Book Review: The Last Letter by Rebecca Yarros
Have you ever read a book that legitimately shook you to your core, so much that it was all you could think about for at least 24 hours after you finished it? That was what happened to me once I finished Rebecca Yarros’ hauntingly beautiful novel, The Last Letter.
Serving overseas is all Beckett Gentry knows. He has no loved ones waiting for him, no roots calling him home. So when his best friend, Ryan, suggests that Beckett let his sister Ella write him some letters, Beckett is hesitant. For security reasons, he has her write to him under his call name “Chaos”, also hoping that that will allow no real connections to be made. But that doesn’t stop Ella from opening up to him about her hardships as a single, twenty-something mother of twins; she soon becomes his everything, and he similarly becomes a source of solace and comfort for her as her world continues to fall out of orbit.
But things change when Ryan is killed in the line of duty. The letters from “Chaos” stop around the same time, so Ella presumes the worst has happened to him as well. A few months later after the last letter, Beckett shows up at Solitude, the bed and breakfast Ella runs. With him is a letter from Ryan, asking him to go take care of Ella in Telluride if he never made it home. So Beckett plans to follow through with this simple request. But when he gets there, he can’t utter the words he’s dying to say: that he is actually “Chaos.”

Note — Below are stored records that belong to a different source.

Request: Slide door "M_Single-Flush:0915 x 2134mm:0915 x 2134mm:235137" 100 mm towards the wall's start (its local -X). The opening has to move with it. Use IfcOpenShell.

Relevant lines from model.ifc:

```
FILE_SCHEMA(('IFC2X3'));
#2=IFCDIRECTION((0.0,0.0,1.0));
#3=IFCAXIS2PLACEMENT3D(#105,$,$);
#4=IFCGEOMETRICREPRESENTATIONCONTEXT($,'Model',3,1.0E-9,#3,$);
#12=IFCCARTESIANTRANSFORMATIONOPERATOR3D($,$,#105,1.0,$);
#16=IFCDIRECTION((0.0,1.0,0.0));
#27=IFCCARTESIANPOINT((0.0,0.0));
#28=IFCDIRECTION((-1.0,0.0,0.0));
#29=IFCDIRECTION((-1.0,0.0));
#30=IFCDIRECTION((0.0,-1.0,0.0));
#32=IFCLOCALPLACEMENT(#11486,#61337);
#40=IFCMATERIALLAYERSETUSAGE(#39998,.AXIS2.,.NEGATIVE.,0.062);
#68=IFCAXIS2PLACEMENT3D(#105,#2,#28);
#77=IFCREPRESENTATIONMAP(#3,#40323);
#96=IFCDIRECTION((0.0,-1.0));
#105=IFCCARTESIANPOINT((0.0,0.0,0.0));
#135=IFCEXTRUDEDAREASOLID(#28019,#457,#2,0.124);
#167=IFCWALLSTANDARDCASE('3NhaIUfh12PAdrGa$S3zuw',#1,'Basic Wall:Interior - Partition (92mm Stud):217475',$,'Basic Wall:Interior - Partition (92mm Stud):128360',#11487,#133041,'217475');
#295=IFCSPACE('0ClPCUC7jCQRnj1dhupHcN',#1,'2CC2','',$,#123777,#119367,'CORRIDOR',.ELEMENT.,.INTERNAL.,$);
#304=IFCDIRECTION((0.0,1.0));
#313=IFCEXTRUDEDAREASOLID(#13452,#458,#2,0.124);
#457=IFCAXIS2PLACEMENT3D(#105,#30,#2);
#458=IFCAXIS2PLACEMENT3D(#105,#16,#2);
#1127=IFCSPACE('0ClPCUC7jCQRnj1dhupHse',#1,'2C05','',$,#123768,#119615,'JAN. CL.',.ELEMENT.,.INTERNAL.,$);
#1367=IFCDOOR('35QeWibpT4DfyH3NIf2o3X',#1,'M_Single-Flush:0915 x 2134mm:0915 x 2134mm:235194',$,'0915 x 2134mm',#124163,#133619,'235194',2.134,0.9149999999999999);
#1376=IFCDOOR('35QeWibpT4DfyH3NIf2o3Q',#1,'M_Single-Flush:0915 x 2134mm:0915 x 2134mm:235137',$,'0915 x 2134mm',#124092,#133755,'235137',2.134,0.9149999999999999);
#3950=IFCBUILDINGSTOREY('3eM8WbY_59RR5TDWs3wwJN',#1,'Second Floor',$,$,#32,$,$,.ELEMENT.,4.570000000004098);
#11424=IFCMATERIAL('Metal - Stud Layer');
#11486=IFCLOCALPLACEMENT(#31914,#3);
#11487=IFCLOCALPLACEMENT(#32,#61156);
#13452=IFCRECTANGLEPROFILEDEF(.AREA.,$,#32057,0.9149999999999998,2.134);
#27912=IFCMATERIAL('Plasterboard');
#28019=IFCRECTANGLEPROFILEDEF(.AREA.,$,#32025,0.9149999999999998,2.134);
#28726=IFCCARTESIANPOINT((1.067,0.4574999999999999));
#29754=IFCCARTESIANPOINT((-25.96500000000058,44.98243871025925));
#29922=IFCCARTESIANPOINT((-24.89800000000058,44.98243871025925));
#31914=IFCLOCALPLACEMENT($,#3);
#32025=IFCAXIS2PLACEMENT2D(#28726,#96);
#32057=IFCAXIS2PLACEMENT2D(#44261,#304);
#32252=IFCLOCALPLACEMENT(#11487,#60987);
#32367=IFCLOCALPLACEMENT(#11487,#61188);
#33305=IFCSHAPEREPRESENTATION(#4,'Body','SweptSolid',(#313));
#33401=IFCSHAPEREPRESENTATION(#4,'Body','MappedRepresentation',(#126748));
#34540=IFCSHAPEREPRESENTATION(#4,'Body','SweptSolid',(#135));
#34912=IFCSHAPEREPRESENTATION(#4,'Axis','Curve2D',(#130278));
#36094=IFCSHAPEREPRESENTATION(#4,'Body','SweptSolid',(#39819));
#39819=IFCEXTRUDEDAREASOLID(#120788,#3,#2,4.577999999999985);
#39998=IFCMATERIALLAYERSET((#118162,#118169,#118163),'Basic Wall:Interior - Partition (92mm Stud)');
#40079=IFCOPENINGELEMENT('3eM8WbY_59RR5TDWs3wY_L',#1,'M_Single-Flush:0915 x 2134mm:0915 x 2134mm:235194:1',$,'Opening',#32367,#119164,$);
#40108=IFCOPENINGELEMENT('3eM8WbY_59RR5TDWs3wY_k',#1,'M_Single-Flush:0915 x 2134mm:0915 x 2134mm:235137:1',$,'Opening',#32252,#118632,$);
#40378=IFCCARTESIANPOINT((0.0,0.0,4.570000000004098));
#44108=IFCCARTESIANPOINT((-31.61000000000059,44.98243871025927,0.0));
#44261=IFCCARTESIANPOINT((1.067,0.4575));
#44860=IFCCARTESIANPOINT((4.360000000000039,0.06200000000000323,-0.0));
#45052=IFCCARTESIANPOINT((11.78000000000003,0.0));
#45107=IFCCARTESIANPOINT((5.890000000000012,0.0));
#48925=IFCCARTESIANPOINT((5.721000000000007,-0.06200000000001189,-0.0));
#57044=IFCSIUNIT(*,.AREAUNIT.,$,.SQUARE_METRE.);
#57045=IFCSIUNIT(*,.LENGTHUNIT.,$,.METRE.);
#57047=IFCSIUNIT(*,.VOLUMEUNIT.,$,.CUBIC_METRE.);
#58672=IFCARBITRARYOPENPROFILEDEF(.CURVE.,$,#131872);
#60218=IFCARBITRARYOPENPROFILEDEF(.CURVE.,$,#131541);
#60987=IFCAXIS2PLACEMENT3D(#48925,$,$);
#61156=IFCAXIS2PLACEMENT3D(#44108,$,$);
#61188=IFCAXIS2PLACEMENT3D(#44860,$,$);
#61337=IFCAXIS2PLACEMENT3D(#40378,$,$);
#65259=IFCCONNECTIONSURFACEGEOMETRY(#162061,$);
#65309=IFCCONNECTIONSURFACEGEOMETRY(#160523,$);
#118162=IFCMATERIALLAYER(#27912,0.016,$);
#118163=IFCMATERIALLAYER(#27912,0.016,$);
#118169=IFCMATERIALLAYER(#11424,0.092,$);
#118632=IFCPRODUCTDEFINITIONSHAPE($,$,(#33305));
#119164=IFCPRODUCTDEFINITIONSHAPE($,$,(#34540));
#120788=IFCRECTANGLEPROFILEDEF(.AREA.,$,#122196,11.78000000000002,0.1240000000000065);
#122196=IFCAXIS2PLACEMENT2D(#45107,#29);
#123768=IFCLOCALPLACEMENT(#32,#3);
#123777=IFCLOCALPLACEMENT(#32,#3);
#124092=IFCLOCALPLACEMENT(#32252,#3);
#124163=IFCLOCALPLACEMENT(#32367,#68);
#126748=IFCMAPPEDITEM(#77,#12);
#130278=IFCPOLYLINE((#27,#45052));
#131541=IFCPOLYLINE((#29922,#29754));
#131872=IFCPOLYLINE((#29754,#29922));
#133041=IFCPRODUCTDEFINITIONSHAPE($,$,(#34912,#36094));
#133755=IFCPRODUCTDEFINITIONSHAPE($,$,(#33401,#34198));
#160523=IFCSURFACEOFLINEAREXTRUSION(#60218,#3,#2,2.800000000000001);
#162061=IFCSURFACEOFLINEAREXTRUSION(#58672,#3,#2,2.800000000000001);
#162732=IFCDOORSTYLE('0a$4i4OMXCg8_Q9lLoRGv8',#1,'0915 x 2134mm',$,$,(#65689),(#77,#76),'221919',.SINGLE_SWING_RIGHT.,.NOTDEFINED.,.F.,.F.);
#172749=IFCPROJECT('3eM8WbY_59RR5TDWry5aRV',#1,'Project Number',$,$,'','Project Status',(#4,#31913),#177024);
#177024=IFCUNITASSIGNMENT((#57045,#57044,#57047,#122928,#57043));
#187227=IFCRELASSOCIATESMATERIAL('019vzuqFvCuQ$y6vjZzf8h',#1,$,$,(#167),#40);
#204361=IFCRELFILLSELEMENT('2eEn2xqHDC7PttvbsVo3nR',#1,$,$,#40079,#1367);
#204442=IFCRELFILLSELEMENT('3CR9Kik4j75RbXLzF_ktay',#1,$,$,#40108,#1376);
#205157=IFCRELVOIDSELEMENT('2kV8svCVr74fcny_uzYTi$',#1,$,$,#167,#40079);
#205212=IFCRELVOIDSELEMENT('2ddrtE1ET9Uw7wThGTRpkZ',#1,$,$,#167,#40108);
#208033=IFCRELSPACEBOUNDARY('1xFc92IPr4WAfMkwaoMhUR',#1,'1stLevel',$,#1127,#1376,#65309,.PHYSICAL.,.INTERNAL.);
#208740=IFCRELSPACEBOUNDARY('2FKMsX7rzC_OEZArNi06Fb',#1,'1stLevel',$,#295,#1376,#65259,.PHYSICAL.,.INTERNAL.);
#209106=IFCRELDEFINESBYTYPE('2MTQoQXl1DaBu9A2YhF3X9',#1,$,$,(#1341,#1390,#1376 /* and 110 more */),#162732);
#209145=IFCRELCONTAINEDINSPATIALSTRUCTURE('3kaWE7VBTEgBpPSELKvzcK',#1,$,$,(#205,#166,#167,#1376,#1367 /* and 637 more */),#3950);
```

```python
import numpy as np
import ifcopenshell
import ifcopenshell.api.geometry
import ifcopenshell.util.placement

model = ifcopenshell.open("model.ifc")

door = model.by_guid("35QeWibpT4DfyH3NIf2o3Q")
opening = door.FillsVoids[0].RelatingOpeningElement
wall = opening.VoidsElements[0].RelatingBuildingElement

wall_matrix = ifcopenshell.util.placement.get_local_placement(wall.ObjectPlacement)
shift = wall_matrix[:3, 0] * -0.1
before = ifcopenshell.util.placement.get_local_placement(door.ObjectPlacement)[:3, 3].copy()

# The door is placed relative to its opening, so it follows when the opening moves.
matrix = ifcopenshell.util.placement.get_local_placement(opening.ObjectPlacement)
matrix[:3, 3] += shift
ifcopenshell.api.geometry.edit_object_placement(
    model, product=opening, matrix=matrix, is_si=False, should_transform_children=True
)

# Space boundary surfaces are stored in each space's coordinates; move them too.
for rel in door.ProvidesBoundaries:
    if not rel.ConnectionGeometry:
        continue
    surface = rel.ConnectionGeometry.SurfaceOnRelatingElement
    space_matrix = ifcopenshell.util.placement.get_local_placement(rel.RelatingSpace.ObjectPlacement)
    point = np.array(surface.Position.Location.Coordinates) + space_matrix[:3, :3].T @ shift
    surface.Position = model.createIfcAxis2Placement3D(
        model.createIfcCartesianPoint(point.tolist()), surface.Position.Axis, surface.Position.RefDirection
    )

after = ifcopenshell.util.placement.get_local_placement(door.ObjectPlacement)[:3, 3]
print("door moved by", (after - before).round(3) + 0.0)

model.write("model_updated.ifc")
```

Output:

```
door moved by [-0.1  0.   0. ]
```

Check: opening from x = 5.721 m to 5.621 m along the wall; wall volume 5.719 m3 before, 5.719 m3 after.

Yarros’ novel kept me engaged from the first page. I found her choice to start each chapter with a letter from the other person extremely captivating, especially because you soon start to realize that each letter thematically corresponds to each chapter despite technically being two different points of view from two different time periods. It just works so well. I also loved that Yarros was able to build an incredibly fascinating world with the level of detail and picturesque imagery she put into this book; I could easily see every scene play out in my head, just as if it were a movie.
But in order for you to fully grasp why this new novel, from a writer I had never even heard of before, means so much to me, I need to get a little personal. When I read my advance copy back in November, I had just found out devastating news about my Grandfather. Although he had had Alzheimer’s for years, he was sick enough now to be admitted into the hospital. I was also going through an extremely busy time at work and desperately needed an escape from the hell my reality had become. So I turned to this book, hoping it would provide just that. While this book shattered my heart into pieces for reasons I won’t spoil (you honestly just have to experience the ending for yourself), it also brought light and love back into my world as I saw parts of my grandparents’ own love story on the pages of Yarros’ novel.

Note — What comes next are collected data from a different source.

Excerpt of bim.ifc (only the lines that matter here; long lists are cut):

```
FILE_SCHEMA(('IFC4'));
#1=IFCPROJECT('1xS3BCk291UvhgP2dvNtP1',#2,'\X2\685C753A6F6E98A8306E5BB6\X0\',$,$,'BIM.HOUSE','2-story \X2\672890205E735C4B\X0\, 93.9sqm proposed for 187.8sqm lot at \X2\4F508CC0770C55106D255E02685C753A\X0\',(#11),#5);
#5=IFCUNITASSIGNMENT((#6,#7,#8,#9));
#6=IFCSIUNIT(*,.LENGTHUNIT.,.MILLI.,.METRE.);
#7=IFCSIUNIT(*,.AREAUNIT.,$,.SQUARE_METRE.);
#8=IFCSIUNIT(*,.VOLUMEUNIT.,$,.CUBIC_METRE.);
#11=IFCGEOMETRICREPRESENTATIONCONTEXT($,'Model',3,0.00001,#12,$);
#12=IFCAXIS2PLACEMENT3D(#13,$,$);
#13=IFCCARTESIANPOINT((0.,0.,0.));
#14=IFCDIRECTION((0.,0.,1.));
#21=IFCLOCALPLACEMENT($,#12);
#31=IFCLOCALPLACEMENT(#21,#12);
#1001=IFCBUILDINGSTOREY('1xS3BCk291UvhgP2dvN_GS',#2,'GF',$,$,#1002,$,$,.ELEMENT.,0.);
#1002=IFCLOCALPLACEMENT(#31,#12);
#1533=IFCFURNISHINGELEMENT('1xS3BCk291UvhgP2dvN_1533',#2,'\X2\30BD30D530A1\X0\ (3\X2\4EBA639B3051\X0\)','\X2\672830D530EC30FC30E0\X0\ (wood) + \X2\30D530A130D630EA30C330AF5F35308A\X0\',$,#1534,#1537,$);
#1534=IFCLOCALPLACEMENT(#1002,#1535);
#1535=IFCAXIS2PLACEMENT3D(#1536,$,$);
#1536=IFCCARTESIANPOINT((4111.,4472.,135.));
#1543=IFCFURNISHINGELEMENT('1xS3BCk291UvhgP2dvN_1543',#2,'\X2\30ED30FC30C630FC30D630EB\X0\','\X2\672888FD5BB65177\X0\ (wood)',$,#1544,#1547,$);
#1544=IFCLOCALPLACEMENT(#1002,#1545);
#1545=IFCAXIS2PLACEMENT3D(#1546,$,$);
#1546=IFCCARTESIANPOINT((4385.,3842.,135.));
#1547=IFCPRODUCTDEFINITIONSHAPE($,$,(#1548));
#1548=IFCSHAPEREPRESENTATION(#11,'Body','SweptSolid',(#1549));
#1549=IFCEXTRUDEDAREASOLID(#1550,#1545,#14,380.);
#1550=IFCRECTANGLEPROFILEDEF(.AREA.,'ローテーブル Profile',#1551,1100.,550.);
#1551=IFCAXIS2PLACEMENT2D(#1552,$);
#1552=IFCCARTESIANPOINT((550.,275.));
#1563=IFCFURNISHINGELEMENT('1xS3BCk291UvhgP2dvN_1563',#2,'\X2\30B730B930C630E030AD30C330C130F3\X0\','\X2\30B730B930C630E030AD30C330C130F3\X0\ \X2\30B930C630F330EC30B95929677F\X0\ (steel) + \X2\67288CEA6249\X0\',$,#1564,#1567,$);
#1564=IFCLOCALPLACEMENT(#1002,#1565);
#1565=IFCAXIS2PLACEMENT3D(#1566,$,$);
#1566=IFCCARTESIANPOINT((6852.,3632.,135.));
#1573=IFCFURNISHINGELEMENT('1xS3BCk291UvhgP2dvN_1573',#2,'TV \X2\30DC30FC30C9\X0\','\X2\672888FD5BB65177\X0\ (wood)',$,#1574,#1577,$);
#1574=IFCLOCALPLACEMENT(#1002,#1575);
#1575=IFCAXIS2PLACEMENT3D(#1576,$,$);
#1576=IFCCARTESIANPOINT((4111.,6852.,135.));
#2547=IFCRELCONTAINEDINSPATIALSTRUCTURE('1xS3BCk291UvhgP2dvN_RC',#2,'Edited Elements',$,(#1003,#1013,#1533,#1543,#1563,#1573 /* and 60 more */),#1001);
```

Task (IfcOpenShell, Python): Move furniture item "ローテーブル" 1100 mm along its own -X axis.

```python
import ifcopenshell
import ifcopenshell.api.geometry
import ifcopenshell.util.placement

model = ifcopenshell.open("bim.ifc")

item = model.by_id(1543)
matrix = ifcopenshell.util.placement.get_local_placement(item.ObjectPlacement)
matrix[:3, 3] -= matrix[:3, 0] * 1100.0
ifcopenshell.api.geometry.edit_object_placement(model, product=item, matrix=matrix, is_si=False)

print(ifcopenshell.util.placement.get_local_placement(item.ObjectPlacement).round(3) + 0.0)

model.write("bim_v2.ifc")
```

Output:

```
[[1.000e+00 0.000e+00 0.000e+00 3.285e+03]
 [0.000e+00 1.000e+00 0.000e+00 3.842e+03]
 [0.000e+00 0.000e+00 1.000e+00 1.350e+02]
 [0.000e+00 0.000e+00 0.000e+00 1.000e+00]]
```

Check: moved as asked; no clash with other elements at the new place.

Like Beckett and Ella, my grandparents were set up as pen pals through a mutual friend and wrote letters for two and a half years while my Grandfather was stationed overseas in Korea. They, too, fell in love with each other through words on a page. Also similar to Beckett and Ella’s love story, the first thing my Grandfather did when he got back to the states was going to visit my Grandmother in Virginia. Although, unlike Beckett, my Grandfather had roots in the northeast, he felt as though the first thing he needed to do was go and visit the girl whose words had left such an impact on him. A month and a half after that first in person visit they were engaged. They would have been married 64 years today.

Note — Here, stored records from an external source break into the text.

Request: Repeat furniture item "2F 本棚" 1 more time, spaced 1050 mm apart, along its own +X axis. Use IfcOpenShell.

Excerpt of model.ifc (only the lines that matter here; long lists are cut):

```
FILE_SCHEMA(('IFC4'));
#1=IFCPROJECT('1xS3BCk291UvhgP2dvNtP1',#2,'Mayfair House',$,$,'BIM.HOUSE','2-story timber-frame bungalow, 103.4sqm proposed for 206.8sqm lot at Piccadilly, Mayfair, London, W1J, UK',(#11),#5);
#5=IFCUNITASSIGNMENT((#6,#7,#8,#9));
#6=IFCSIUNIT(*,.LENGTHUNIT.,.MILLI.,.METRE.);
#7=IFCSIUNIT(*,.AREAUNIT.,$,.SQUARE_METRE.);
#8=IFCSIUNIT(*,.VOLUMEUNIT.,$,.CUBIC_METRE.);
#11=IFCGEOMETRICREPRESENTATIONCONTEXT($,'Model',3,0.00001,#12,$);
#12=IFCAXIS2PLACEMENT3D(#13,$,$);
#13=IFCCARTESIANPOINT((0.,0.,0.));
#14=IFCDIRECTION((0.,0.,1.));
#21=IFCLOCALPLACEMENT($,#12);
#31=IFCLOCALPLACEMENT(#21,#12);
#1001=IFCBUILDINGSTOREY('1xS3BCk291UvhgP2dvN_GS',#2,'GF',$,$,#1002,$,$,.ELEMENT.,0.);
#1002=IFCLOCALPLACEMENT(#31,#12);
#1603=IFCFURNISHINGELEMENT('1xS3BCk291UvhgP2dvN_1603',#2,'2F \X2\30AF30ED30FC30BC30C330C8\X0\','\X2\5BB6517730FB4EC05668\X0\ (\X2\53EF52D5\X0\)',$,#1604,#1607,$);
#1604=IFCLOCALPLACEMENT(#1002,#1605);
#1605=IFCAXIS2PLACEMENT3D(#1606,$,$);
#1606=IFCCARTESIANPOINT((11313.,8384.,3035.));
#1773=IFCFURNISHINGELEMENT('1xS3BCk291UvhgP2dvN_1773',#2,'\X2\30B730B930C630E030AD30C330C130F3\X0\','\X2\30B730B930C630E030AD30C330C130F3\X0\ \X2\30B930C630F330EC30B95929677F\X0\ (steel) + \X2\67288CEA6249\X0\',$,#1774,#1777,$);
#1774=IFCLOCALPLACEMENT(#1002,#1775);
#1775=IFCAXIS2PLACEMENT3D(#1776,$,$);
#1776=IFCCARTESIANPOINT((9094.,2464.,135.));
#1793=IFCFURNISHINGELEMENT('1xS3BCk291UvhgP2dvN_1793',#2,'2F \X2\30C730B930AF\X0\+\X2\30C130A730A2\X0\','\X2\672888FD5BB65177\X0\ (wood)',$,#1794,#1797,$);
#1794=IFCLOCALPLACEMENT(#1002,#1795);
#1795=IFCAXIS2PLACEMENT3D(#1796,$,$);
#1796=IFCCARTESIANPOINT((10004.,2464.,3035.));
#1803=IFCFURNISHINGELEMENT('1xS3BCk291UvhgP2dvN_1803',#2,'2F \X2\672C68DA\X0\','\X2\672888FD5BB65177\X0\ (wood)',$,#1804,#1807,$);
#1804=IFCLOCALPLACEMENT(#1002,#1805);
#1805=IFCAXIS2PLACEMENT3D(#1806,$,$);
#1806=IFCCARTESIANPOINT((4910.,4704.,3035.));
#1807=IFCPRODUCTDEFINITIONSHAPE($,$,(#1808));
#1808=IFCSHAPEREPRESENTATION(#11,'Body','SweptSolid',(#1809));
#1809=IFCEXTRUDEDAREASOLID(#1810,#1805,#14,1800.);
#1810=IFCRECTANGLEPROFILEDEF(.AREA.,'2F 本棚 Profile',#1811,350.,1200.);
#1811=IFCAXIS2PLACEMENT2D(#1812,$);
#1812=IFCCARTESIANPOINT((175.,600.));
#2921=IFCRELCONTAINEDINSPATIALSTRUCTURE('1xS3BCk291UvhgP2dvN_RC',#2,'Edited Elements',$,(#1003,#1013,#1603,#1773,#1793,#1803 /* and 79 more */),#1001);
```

```python
import ifcopenshell
import ifcopenshell.api.geometry
import ifcopenshell.api.root
import ifcopenshell.util.element
import ifcopenshell.util.placement

model = ifcopenshell.open("model.ifc")


def reuse_history(source, copy):
    """copy_class also copies each property set's owner history, people and application; keep the originals."""
    for rel in copy.IsDefinedBy:
        if rel.is_a("IfcRelDefinesByProperties") and (history := rel.RelatingPropertyDefinition.OwnerHistory):
            rel.RelatingPropertyDefinition.OwnerHistory = source.OwnerHistory
            ifcopenshell.util.element.remove_deep2(model, history)


source = model.by_guid("1xS3BCk291UvhgP2dvN_1803")
base = ifcopenshell.util.placement.get_local_placement(source.ObjectPlacement)
step = base[:3, 0] * 1050.0

for i in range(1, 2):
    copy = ifcopenshell.api.root.copy_class(model, product=source)
    copy.Representation = ifcopenshell.util.element.copy_deep(
        model, source.Representation, exclude=["IfcGeometricRepresentationContext", "IfcRepresentationMap"]
    )
    reuse_history(source, copy)
    matrix = base.copy()
    matrix[:3, 3] += i * step
    print("added at", matrix[:3, 3].round(3) + 0.0)
    ifcopenshell.api.geometry.edit_object_placement(model, product=copy, matrix=matrix, is_si=False)

model.write("model-out.ifc")
```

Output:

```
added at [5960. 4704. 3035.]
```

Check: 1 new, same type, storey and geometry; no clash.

I was lucky enough to have witnessed my grandparents’ love story for 23 years before my grandfather passed. Even though it’s fiction, this novel reminded me how lucky I was to have been a small part of a love story so grand and so spectacular that I forgot it could happen in real life too.
I know not everyone will be able to relate to Yarros’ novel in the way that I can. But I know it will somehow leave a mark on your souls, just like it did mine.